▶ WORK TO BE COMPLETED: Using the records below, report how many lines include "IFCRELCONTAINEDINSPATIALSTRUCTURE", and give no more than the number.
-------- MATERIAL FOR THE TASK --------
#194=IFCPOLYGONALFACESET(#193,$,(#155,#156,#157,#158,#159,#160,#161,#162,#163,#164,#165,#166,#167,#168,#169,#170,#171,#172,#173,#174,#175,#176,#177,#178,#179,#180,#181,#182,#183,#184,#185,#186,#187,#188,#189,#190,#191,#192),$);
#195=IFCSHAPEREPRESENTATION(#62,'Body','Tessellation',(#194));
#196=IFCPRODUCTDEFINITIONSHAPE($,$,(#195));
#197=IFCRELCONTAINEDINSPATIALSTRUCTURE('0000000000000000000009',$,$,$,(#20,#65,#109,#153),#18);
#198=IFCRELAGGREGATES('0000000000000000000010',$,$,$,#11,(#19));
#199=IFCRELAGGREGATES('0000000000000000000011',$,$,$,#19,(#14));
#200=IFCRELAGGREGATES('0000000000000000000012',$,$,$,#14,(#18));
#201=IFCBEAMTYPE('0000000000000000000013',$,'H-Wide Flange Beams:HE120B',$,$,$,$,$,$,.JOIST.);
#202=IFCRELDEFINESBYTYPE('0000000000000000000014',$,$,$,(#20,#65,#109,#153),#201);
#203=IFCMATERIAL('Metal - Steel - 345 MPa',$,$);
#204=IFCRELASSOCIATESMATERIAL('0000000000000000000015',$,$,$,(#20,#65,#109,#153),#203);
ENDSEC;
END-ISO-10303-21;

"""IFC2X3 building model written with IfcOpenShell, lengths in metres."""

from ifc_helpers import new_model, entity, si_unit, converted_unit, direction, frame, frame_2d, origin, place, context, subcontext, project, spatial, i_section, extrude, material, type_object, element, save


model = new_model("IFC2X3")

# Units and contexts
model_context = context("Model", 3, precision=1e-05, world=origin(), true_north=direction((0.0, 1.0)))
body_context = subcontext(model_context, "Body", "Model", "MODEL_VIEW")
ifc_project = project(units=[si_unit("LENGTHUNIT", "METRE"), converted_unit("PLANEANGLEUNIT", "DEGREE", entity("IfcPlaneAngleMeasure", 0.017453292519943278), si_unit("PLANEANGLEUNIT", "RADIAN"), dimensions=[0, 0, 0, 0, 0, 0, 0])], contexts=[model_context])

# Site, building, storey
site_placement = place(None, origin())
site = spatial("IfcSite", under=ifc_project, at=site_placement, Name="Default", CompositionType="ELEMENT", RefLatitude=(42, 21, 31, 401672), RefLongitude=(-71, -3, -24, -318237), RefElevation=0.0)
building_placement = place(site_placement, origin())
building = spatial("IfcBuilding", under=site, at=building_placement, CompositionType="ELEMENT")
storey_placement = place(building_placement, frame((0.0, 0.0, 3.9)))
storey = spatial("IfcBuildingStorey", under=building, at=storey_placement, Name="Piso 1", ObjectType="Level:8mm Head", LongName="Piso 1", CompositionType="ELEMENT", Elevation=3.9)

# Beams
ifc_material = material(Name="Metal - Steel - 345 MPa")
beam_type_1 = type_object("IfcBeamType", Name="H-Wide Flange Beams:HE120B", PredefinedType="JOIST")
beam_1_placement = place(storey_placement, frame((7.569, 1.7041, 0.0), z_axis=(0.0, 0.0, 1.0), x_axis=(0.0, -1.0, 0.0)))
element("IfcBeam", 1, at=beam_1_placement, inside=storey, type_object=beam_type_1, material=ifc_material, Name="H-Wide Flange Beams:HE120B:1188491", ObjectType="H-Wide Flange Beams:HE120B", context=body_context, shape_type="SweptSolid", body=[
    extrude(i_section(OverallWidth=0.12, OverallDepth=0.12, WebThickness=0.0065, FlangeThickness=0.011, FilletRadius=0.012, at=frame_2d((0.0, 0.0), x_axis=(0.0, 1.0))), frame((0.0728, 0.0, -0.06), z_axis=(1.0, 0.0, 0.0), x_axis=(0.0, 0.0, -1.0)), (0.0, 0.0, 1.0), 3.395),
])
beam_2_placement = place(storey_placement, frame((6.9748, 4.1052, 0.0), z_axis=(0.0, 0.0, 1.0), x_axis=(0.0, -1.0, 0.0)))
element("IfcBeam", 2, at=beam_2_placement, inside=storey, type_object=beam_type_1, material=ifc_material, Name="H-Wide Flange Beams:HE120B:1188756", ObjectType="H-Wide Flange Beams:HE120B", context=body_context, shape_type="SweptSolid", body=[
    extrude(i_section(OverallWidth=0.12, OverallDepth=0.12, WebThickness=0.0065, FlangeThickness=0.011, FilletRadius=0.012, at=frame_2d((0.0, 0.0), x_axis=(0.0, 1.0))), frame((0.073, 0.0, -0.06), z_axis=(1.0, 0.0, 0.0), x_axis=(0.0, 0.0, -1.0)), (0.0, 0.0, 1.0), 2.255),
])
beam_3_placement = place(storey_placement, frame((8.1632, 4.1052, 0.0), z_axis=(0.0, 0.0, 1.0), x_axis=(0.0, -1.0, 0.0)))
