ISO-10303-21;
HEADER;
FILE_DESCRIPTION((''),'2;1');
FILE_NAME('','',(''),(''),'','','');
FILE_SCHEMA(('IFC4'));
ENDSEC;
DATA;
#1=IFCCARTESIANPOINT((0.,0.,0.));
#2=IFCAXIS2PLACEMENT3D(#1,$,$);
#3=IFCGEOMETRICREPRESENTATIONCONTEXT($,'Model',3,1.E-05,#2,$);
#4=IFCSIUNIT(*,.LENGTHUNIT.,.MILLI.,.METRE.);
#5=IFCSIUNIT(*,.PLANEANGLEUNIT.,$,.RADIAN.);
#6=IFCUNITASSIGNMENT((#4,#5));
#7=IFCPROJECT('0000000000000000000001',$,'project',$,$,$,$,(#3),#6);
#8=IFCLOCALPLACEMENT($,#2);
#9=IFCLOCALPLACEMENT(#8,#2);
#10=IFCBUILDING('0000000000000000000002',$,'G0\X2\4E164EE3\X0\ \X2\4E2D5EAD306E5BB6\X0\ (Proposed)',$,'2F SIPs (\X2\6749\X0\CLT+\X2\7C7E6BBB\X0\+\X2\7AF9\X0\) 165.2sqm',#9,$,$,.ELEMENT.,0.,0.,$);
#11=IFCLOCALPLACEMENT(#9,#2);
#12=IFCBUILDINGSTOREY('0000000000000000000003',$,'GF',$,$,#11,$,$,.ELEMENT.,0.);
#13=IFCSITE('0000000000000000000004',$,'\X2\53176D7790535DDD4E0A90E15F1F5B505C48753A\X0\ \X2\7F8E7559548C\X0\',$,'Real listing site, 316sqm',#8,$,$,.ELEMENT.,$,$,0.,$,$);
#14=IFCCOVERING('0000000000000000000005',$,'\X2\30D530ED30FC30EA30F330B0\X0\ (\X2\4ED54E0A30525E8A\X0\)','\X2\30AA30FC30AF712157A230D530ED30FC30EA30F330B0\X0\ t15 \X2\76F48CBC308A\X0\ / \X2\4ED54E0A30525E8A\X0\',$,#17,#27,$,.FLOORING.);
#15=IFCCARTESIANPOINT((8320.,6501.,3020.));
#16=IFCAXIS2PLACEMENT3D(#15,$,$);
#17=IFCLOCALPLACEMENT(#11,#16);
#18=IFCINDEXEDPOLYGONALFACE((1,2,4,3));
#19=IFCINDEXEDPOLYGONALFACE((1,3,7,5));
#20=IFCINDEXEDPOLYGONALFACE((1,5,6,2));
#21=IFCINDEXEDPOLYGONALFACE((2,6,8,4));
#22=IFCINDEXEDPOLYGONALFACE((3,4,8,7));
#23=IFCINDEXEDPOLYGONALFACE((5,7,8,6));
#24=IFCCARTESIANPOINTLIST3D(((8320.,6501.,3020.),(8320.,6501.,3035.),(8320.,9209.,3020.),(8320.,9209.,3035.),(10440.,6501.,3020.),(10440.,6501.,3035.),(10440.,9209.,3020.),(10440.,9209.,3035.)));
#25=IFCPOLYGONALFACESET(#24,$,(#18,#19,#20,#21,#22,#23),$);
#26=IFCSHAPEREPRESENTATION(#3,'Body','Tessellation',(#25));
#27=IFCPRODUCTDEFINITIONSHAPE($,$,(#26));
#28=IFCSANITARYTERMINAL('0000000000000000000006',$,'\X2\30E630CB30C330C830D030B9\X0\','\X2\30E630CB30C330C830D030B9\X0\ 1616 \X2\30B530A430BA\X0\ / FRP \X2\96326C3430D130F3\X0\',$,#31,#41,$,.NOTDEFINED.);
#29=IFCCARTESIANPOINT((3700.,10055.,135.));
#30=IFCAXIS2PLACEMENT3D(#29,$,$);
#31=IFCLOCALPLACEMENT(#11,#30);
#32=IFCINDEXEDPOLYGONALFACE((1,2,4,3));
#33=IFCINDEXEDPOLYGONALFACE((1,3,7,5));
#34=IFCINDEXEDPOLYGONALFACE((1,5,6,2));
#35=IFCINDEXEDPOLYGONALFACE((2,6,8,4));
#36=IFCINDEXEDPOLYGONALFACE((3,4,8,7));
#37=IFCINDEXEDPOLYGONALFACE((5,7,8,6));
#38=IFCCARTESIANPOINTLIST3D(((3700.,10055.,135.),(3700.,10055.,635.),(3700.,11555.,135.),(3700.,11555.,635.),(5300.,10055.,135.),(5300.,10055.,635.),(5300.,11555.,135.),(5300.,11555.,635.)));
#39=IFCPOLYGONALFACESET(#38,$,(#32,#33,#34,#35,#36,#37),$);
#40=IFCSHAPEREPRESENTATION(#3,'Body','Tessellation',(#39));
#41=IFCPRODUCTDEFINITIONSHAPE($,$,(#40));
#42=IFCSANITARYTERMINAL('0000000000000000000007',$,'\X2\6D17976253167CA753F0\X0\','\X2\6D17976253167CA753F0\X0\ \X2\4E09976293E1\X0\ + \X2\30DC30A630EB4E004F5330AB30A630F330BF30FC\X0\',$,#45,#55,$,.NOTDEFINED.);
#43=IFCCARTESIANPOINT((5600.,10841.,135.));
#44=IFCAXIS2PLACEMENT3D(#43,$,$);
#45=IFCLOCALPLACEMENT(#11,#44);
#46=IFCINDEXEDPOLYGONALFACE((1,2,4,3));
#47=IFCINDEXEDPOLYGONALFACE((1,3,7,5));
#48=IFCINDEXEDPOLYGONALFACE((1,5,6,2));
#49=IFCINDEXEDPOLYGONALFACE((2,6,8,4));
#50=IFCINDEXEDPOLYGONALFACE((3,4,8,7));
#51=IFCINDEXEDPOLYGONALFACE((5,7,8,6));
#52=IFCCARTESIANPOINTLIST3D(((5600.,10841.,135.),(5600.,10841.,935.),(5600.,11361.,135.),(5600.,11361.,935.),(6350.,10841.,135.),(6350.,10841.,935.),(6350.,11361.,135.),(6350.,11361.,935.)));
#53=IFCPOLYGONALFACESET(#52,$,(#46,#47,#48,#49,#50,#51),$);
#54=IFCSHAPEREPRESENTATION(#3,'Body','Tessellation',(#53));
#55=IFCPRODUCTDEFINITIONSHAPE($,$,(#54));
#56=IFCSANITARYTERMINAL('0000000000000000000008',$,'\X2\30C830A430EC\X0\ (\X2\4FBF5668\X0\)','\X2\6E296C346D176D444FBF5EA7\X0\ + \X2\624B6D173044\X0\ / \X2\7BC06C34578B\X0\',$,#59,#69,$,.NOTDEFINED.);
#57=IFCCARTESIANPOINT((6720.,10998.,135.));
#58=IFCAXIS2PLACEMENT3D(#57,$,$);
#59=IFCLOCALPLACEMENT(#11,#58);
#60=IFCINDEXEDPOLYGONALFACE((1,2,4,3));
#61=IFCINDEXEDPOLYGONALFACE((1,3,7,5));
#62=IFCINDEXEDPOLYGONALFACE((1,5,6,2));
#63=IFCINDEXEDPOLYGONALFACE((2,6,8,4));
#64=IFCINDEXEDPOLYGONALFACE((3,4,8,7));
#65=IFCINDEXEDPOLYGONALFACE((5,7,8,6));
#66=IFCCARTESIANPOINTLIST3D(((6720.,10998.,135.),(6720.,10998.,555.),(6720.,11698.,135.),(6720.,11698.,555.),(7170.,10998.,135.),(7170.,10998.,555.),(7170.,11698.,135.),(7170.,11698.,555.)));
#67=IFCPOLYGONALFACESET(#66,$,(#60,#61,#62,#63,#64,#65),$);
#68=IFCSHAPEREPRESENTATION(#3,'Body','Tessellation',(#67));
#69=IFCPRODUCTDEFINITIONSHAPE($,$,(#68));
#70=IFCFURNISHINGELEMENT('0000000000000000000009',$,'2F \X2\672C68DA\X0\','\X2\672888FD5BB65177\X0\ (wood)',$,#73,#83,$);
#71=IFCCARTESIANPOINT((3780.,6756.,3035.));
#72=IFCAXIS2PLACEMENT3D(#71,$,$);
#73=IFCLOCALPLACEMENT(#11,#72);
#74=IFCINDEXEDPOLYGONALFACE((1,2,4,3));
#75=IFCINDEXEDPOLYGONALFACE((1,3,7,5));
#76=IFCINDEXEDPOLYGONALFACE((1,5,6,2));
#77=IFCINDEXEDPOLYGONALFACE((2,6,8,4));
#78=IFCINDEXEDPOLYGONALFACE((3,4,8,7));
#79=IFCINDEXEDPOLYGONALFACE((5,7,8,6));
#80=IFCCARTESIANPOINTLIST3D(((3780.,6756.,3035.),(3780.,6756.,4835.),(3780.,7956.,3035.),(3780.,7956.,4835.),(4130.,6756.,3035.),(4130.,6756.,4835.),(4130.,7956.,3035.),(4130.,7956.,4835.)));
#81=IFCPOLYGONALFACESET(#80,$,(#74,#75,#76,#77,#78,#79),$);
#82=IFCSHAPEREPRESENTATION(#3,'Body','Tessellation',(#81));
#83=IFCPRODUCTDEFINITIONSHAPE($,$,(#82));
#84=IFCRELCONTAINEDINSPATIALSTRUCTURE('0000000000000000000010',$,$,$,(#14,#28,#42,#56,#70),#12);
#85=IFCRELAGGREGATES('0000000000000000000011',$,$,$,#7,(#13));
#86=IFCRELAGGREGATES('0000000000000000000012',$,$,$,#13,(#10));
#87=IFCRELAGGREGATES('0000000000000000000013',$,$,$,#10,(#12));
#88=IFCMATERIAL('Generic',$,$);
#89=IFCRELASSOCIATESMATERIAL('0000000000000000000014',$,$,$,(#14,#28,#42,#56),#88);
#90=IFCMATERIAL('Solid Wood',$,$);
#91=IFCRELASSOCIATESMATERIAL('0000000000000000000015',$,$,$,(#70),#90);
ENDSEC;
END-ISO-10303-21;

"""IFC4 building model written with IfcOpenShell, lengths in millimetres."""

from ifc_helpers import new_model, si_unit, frame, frame_2d, origin, place, context, project, spatial, rectangle, extrude, material, element, save


model = new_model("IFC4")

# Units and contexts
model_context = context("Model", 3, precision=1e-05, world=origin())
ifc_project = project(units=[si_unit("LENGTHUNIT", "METRE", prefix="MILLI"), si_unit("PLANEANGLEUNIT", "RADIAN")], contexts=[model_context])

# Site, building, storey
site_placement = place(None, origin())
site = spatial("IfcSite", under=ifc_project, at=site_placement, Name="北海道川上郡弟子屈町 美留和", ObjectType="Real listing site, 316sqm", CompositionType="ELEMENT", RefElevation=0.0)
building_placement = place(site_placement, origin())
building = spatial("IfcBuilding", under=site, at=building_placement, Name="G0世代 中庭の家 (Proposed)", ObjectType="2F SIPs (杉CLT+籾殻+竹) 165.2sqm", CompositionType="ELEMENT", ElevationOfRefHeight=0.0, ElevationOfTerrain=0.0)
storey_placement = place(building_placement, origin())
storey = spatial("IfcBuildingStorey", under=building, at=storey_placement, Name="GF", CompositionType="ELEMENT", Elevation=0.0)

# Shared definitions
ifc_material_1 = material(Name="Solid Wood")
ifc_material_2 = material(Name="Generic")

# Covering
covering_1_placement = place(storey_placement, frame((8320.0, 6501.0, 3020.0)))
element("IfcCovering", 1, at=covering_1_placement, inside=storey, material=ifc_material_2, Name="フローリング (仕上げ床)", Description="オーク無垢フローリング t15 直貼り / 仕上げ床", PredefinedType="FLOORING", context=model_context, shape_type="SweptSolid", body=[
    extrude(rectangle(XDim=2120.0, YDim=2708.0, at=frame_2d((1060.0, 1354.0))), frame((8320.0, 6501.0, 3020.0)), (0.0, 0.0, 1.0), 15.0),
])

# Sanitary terminals
sanitary_terminal_1_placement = place(storey_placement, frame((3700.0, 10055.0, 135.0)))
element("IfcSanitaryTerminal", 2, at=sanitary_terminal_1_placement, inside=storey, material=ifc_material_2, Name="ユニットバス", Description="ユニットバス 1616 サイズ / FRP 防水パン", PredefinedType="NOTDEFINED", context=model_context, shape_type="SweptSolid", body=[
    extrude(rectangle(XDim=1600.0, YDim=1500.0, at=frame_2d((800.0, 750.0))), frame((3700.0, 10055.0, 135.0)), (0.0, 0.0, 1.0), 500.0),
])
sanitary_terminal_2_placement = place(storey_placement, frame((5600.0, 10841.0, 135.0)))
element("IfcSanitaryTerminal", 3, at=sanitary_terminal_2_placement, inside=storey, material=ifc_material_2, Name="洗面化粧台", Description="洗面化粧台 三面鏡 + ボウル一体カウンター", PredefinedType="NOTDEFINED", context=model_context, shape_type="SweptSolid", body=[
    extrude(rectangle(XDim=750.0, YDim=520.0, at=frame_2d((375.0, 260.0))), frame((5600.0, 10841.0, 135.0)), (0.0, 0.0, 1.0), 800.0),
])
sanitary_terminal_3_placement = place(storey_placement, frame((6720.0, 10998.0, 135.0)))
element("IfcSanitaryTerminal", 4, at=sanitary_terminal_3_placement, inside=storey, material=ifc_material_2, Name="トイレ (便器)", Description="温水洗浄便座 + 手洗い / 節水型", PredefinedType="NOTDEFINED", context=model_context, shape_type="SweptSolid", body=[
    extrude(rectangle(XDim=450.0, YDim=700.0, at=frame_2d((225.0, 350.0))), frame((6720.0, 10998.0, 135.0)), (0.0, 0.0, 1.0), 420.0),
])

# Furnishing element
furnishing_placement = place(storey_placement, frame((3780.0, 6756.0, 3035.0)))
element("IfcFurnishingElement", 5, at=furnishing_placement, inside=storey, material=ifc_material_1, Name="2F 本棚", Description="木製家具 (wood)", context=model_context, shape_type="SweptSolid", body=[
    extrude(rectangle(XDim=350.0, YDim=1200.0, at=frame_2d((175.0, 600.0))), frame((3780.0, 6756.0, 3035.0)), (0.0, 0.0, 1.0), 1800.0),
])

save(model, "model.ifc")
--------
▶ ANSWER BELOW: 2